The thrill of the hunt had turned tedious and a gallows humor had taken root. A photograph of Gretchen Lowell peppered with darts hung on the wall. Ian had given everyone in the group mugs with Gretchen Lowell’s face on them and the words I’D KILL FOR SOME COFFEE.

           

           
“What did Gretchen Lowell give Archie Sheridan for Valentine’s Day?” the intern asked. She never remembered his name. She just thought of him as “the intern.”

           

           
“Not in the mood,” Susan said, eyes on her monitor.

           

           
“His heart,” the intern said. “Ha!” He was wearing a RUN, GRETCHEN T-shirt and Kissinger glasses that were either incredibly hip or deeply uncool—Susan hadn’t figured out which.
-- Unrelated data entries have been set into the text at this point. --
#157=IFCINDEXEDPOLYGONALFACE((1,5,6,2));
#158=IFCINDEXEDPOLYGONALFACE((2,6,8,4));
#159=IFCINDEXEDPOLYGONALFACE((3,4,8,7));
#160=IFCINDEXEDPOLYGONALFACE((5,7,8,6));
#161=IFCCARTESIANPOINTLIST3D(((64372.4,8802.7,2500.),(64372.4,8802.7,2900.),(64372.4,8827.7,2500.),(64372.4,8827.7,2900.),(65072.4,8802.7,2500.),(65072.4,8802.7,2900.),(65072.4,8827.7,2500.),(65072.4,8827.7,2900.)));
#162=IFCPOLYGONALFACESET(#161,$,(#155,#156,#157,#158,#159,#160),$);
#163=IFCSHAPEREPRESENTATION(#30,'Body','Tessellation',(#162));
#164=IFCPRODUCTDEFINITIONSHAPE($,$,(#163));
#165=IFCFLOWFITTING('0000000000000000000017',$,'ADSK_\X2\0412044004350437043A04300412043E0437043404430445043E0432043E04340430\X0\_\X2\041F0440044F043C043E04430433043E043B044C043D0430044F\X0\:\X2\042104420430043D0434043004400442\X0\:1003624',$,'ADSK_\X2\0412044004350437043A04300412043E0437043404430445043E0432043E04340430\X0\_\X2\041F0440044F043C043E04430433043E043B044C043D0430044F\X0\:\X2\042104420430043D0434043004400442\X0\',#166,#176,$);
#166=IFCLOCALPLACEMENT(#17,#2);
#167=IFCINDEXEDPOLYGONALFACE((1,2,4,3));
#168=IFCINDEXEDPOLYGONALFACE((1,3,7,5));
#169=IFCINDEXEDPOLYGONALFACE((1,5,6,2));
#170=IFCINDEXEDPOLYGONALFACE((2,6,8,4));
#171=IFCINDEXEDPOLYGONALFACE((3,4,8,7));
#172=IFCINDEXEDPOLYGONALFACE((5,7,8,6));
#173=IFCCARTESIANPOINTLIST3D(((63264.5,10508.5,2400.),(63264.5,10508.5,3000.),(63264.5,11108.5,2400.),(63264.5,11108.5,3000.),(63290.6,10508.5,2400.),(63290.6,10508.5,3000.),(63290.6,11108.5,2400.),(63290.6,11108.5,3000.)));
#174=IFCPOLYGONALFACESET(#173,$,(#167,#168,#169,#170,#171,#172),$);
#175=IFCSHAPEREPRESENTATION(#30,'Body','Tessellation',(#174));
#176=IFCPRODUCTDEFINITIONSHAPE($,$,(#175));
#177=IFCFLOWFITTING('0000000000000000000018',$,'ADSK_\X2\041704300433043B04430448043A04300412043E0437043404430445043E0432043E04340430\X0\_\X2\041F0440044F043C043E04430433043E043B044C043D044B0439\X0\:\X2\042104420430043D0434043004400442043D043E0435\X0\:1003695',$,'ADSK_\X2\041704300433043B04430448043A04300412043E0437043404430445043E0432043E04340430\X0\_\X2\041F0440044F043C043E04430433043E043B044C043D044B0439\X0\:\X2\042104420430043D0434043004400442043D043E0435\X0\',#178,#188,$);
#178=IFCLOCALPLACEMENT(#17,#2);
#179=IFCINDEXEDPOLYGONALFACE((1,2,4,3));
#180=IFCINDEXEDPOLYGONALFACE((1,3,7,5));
She glared at him, and he turned back to his computer.

           

           
“I’m forwarding it,” he said.

           

           
“You do that,” Susan said.

           

           
She went back to cramming her near-death experience into thirty inches. Advertising was tight, and it took more than a dead body and a serial killer to justify space for a story someone couldn’t read, in one sitting, on a toilet.